The easiest way to deploy a blockchain for relational data storage on your app or device
AergoLite allows us to have a replicated SQLite database secured by a private and lightweight blockchain.
Each app has a local replica of the database.
New database transactions are distributed to all the peers and once they reach a consensus on the order of execution all the nodes execute the transactions. As the order of execution of these transactions is the same, all the nodes have the same resulting database content.
Apps can also write to the local database when they are off-line. The database transactions are stored on a local queue and sent to the network once the connectivity is reestablished. The application will read the new state of the database after the off-line modifications, and it can check if the off-line transactions were processed by the global consensus. If rejected, the database will return to the previous state.
AergoLite uses special blockchain technology focused on resource constrained devices.
The consensus protocol uses a Verifiable Random Function (VRF) to determine which node will produce the next block, and the nodes cannot discover which node is selected ahead of time. Making it safe against Denial of Service (DoS) attacks.
AergoLite uses absolute finality. Once the nodes reach consensus on a new block and the transactions are confirmed there is no way back. Also there is no need to create new blocks if there are no transactions to be processed (unlike with probabilistic finality).
Only the last block is required to check the blockchain and the database state integrity, therefore the nodes do not need to keep and verify all the history of blocks and transactions. It is also possible to setup some nodes to keep all the history for audit reasons.
It also uses a hash of the database state. This lets the nodes to check if they have exactly the same content on the database, protects against intentional modifications on the database file and also works as an integrity check to detect failures on the storage media.
This final hash is updated using only the modified pages on each new block. It does not need to load the entire database to calculate the new state. The integrity check is also only made when a new db page is loaded. This drastically increases the database performance.
The resulting solution does not require big disk storage, uses low processor time and low RAM.
The network traffic is also lightweight to reduce energy consumption. New packets are transferred only when there are new database transactions.
This technology allows us to run a real private blockchain on IoT and mobile devices.

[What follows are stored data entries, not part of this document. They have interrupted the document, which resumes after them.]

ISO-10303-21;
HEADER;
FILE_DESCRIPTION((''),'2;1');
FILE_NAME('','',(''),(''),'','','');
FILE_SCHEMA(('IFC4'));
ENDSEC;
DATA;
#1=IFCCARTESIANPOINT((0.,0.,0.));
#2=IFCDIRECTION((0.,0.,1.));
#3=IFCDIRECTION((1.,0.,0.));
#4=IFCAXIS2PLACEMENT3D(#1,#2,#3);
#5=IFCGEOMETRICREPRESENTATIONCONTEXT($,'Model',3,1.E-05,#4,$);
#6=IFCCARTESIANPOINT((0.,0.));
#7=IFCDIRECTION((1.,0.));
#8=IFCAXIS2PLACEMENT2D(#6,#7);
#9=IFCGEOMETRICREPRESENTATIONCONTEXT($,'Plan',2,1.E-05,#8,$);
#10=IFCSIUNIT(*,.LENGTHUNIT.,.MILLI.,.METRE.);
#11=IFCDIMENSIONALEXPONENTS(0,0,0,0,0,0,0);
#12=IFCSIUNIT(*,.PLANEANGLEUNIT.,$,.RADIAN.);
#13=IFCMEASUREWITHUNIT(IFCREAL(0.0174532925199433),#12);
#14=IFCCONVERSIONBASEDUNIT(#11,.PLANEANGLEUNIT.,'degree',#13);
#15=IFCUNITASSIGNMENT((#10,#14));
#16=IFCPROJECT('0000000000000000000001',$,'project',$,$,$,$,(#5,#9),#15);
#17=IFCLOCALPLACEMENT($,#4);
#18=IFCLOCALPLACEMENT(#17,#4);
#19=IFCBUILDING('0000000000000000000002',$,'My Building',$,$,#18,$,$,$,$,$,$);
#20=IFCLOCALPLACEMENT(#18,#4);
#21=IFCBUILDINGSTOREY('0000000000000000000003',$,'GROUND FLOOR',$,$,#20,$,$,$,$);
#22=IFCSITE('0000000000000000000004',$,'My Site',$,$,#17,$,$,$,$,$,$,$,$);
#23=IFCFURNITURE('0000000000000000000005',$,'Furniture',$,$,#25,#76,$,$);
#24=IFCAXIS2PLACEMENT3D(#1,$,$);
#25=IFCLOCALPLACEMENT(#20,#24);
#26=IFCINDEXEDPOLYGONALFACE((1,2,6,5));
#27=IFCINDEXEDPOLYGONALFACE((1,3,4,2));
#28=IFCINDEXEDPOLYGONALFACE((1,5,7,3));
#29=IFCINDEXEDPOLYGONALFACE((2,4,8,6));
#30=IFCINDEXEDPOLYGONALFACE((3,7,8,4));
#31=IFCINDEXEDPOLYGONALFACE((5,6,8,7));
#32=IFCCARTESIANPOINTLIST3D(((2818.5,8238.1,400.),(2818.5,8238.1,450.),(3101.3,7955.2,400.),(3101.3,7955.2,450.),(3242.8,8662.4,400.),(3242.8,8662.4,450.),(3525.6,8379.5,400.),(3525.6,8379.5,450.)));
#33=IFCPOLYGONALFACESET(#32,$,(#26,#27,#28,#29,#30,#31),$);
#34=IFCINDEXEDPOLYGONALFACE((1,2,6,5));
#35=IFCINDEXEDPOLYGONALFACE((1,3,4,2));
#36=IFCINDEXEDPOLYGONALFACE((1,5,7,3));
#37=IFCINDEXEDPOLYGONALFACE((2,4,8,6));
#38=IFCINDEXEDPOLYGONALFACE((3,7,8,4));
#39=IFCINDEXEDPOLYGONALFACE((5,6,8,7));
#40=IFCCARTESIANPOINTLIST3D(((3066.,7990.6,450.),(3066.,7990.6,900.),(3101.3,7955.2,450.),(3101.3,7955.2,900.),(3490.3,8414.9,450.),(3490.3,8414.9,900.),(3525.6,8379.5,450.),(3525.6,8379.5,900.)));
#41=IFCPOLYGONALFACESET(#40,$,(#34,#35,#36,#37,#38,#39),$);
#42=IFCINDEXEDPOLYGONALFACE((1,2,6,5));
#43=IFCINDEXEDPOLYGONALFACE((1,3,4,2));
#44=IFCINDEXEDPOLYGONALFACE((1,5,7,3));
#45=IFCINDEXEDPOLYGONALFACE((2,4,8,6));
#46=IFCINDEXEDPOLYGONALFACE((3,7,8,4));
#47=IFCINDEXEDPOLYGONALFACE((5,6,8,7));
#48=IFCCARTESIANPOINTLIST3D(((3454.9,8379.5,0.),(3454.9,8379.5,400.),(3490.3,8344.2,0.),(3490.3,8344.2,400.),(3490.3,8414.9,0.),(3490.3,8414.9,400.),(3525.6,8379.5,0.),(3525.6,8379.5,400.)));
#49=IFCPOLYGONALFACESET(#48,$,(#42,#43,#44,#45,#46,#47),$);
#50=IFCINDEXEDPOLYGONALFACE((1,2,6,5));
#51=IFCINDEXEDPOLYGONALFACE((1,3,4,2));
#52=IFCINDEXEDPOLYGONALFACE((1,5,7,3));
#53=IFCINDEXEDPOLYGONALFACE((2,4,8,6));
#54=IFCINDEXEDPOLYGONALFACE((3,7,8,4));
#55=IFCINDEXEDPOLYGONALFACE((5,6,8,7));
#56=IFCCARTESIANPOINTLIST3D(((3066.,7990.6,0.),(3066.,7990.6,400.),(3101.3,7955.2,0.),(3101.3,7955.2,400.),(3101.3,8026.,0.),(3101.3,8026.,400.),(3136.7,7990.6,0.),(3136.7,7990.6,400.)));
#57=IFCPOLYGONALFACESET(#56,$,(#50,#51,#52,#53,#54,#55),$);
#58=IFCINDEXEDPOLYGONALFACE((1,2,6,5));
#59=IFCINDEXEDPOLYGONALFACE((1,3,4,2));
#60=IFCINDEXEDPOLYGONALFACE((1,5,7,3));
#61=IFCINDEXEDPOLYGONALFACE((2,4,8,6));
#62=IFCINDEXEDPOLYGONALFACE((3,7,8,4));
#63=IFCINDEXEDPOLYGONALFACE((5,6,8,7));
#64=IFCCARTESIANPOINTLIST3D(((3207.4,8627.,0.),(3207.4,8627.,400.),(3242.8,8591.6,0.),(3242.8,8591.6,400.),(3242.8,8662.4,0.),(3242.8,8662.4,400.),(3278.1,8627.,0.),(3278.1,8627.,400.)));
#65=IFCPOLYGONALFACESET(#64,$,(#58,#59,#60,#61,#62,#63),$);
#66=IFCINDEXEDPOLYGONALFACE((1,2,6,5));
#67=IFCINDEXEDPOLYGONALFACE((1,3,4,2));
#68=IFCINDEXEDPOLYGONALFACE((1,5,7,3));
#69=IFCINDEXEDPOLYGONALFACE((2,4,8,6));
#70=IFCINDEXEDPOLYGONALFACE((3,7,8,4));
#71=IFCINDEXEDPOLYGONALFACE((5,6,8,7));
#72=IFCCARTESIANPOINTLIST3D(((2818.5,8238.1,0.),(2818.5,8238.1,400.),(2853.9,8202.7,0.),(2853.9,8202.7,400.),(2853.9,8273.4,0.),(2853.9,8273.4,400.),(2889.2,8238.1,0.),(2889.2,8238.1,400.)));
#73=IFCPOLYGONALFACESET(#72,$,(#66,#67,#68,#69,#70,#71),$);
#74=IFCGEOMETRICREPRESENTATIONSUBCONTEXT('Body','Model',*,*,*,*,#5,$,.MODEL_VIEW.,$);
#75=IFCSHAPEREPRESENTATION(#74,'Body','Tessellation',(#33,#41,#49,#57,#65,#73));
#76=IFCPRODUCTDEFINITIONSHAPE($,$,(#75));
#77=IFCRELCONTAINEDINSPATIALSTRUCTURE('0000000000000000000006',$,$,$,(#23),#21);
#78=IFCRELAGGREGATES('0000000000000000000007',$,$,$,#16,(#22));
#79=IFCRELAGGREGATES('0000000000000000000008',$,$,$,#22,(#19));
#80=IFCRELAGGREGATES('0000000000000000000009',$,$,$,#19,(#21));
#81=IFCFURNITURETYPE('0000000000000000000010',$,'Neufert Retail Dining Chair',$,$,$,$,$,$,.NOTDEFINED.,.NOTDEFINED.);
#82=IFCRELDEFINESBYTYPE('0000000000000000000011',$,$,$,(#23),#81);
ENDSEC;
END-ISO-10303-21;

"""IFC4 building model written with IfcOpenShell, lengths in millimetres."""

from ifc_helpers import new_model, entity, si_unit, converted_unit, frame, origin_with_axes, origin_2d_with_axis, place, context, subcontext, project, spatial, line, indexed_curve, outline, extrude, shape, source, transform, mapped, type_object, type_shapes, element, save


model = new_model("IFC4")

# Units and contexts
model_context = context("Model", 3, precision=1e-05, world=origin_with_axes())
plan_context = context("Plan", 2, precision=1e-05, world=origin_2d_with_axis())
body_context_1 = subcontext(model_context, "Body", "Model", "MODEL_VIEW")
body_context_2 = subcontext(plan_context, "Body", "Plan", "PLAN_VIEW")
ifc_project = project(units=[si_unit("LENGTHUNIT", "METRE", prefix="MILLI"), converted_unit("PLANEANGLEUNIT", "degree", entity("IfcReal", 0.0174532925199433), si_unit("PLANEANGLEUNIT", "RADIAN"), dimensions=[0, 0, 0, 0, 0, 0, 0])], contexts=[model_context, plan_context])

# Site, building, storey
site_placement = place(None, origin_with_axes())
site = spatial("IfcSite", under=ifc_project, at=site_placement, Name="My Site")
building_placement = place(site_placement, origin_with_axes())
building = spatial("IfcBuilding", under=site, at=building_placement, Name="My Building")
storey_placement = place(building_placement, origin_with_axes())
storey = spatial("IfcBuildingStorey", under=building, at=storey_placement, Name="GROUND FLOOR")

# Furniture
furniture_type_1 = type_object("IfcFurnitureType", Name="Neufert Retail Dining Chair", AssemblyPlace="NOTDEFINED", PredefinedType="NOTDEFINED")
shared_shape_1 = source(origin_with_axes(), body_context_1, "Body", "SweptSolid", [
    extrude(outline(indexed_curve([(-300.0, 0.0), (300.0, 0.0), (300.0, -400.0), (-300.0, -400.0)], segments=[line(1, 2), line(2, 3), line(3, 4), line(4, 1)])), frame((0.0, 0.0, 450.0), z_axis=(0.0, 0.0, 1.0), x_axis=(1.0, 0.0, 0.0)), (0.0, 0.0, -1.0), 50.0),
    extrude(outline(indexed_curve([(-300.0, 0.0), (300.0, 0.0), (300.0, -50.0), (-300.0, -50.0)], segments=[line(1, 2), line(2, 3), line(3, 4), line(4, 1)])), frame((0.0, 0.0, 900.0), z_axis=(0.0, 0.0, 1.0), x_axis=(1.0, 0.0, 0.0)), (0.0, 0.0, -1.0), 450.0),
    extrude(outline(indexed_curve([(-300.0, 0.0), (-250.0, 0.0), (-250.0, -50.0), (-300.0, -50.0)], segments=[line(1, 2), line(2, 3), line(3, 4), line(4, 1)])), origin_with_axes(), (0.0, 0.0, 1.0), 400.0),
    extrude(outline(indexed_curve([(300.0, 0.0), (250.0, 0.0), (250.0, -50.0), (300.0, -50.0)], segments=[line(1, 2), line(2, 3), line(3, 4), line(4, 1)])), origin_with_axes(), (0.0, 0.0, 1.0), 400.0),
    extrude(outline(indexed_curve([(-300.0, -400.0), (-250.0, -400.0), (-250.0, -350.0), (-300.0, -350.0)], segments=[line(1, 2), line(2, 3), line(3, 4), line(4, 1)])), origin_with_axes(), (0.0, 0.0, 1.0), 400.0),
    extrude(outline(indexed_curve([(300.0, -400.0), (250.0, -400.0), (250.0, -350.0), (300.0, -350.0)], segments=[line(1, 2), line(2, 3), line(3, 4), line(4, 1)])), origin_with_axes(), (0.0, 0.0, 1.0), 400.0),
])
shared_shape_2 = source(origin_with_axes(), body_context_2, "Body", "Curve2D", [
    entity("IfcIndexedPolyCurve", entity("IfcCartesianPointList2D", [[-300.0, -400.0], [300.0, -400.0]]), [entity("IfcLineIndex", [1, 2])]),
    entity("IfcIndexedPolyCurve", entity("IfcCartesianPointList2D", [[-300.0, -400.0], [-300.0, -300.0], [-212.1, -87.9], [0.0, 0.0], [212.1, -87.9], [300.0, -300.0], [300.0, -400.0]]), [entity("IfcLineIndex", [1, 2]), entity("IfcArcIndex", [2, 3, 4]), entity("IfcArcIndex", [4, 5, 6]), entity("IfcLineIndex", [6, 7])]),
    entity("IfcIndexedPolyCurve", entity("IfcCartesianPointList2D", [[-260.0, -400.0], [-260.0, -300.0], [-183.8, -116.2], [0.0, -40.0], [183.8, -116.2], [260.0, -300.0], [260.0, -400.0]]), [entity("IfcLineIndex", [1, 2]), entity("IfcArcIndex", [2, 3, 4]), entity("IfcArcIndex", [4, 5, 6]), entity("IfcLineIndex", [6, 7])]),
])
type_shapes(furniture_type_1, [shared_shape_1, shared_shape_2])
furniture_1_placement = place(storey_placement, frame((3313.5, 8167.4, 0.0), z_axis=(0.0, 0.0, 1.0), x_axis=(-0.707107, -0.707107, 0.0)))
element("IfcFurniture", 1, at=furniture_1_placement, inside=storey, type_object=furniture_type_1, Name="Furniture", shapes=[
    shape(body_context_1, "Body", "MappedRepresentation", [mapped(shared_shape_1, transform((0.0, 0.0, 0.0), x_axis=(1.0, 0.0, 0.0), y_axis=(0.0, 1.0, 0.0), z_axis=(0.0, 0.0, 1.0), scale=1.0))]),
    shape(body_context_2, "Body", "MappedRepresentation", [mapped(shared_shape_2, transform((0.0, 0.0, 0.0), x_axis=(1.0, 0.0, 0.0), y_axis=(0.0, 1.0, 0.0), z_axis=(0.0, 0.0, 1.0), scale=1.0))]),
])

save(model, "model.ifc")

AergoLite is also easy to use. You do not need to know how a blockchain works to use it.
Supported OS:
Supported programming languages:
And probably any other that has support for SQLite.
Most of these languages are supported via existing wrappers.
Check the releases
To build the images locally:
make docker
First install the required tools with this command:
Ubuntu and Debian
sudo apt-get install git gcc make automake libtool libreadline-dev
CentOS
sudo yum install git gcc make automake libtool readline-devel
Alpine
sudo apk add git gcc make automake libtool readline-dev
Mac
brew install automake libtool readline
Then copy and paste this on a terminal:
# Install libuv
git clone --depth=1 https://github.com/libuv/libuv
cd libuv
./autogen.sh
./configure
make
sudo make install
sudo ldconfig
cd ..
# Install binn
git clone --depth=1 https://github.com/liteserver/binn
cd binn
make
sudo make install
cd ..
# Install libsecp256k1-vrf
git clone --depth=1 https://github.com/aergoio/secp256k1-vrf
cd secp256k1-vrf
./autogen.sh
./configure --disable-benchmark
make
sudo make install
cd ..
# Install AergoLite
git clone --depth=1 https://github.com/aergoio/aergolite
cd aergolite
make
sudo make install
cd -
Copy and paste this on a MSYS2 MinGW terminal:
# Compile libuv
git clone --depth=1 https://github.com/libuv/libuv
cd libuv
./autogen.sh
./configure
make
make install
cd ..
# Compile binn
git clone --depth=1 https://github.com/liteserver/binn
cd binn
make
make install
cd ..
# Compile libsecp256k1-vrf
git clone --depth=1 https://github.com/aergoio/secp256k1-vrf
cd secp256k1-vrf
./autogen.sh
./configure --with-bignum=no --disable-benchmark
make
make install
cd ..
# Compile AergoLite
git clone --depth=1 https://github.com/aergoio/aergolite
cd aergolite
make
make install
Use the SQLite Android Bindings
to generate an aar
file and then include it on the Android Studio project.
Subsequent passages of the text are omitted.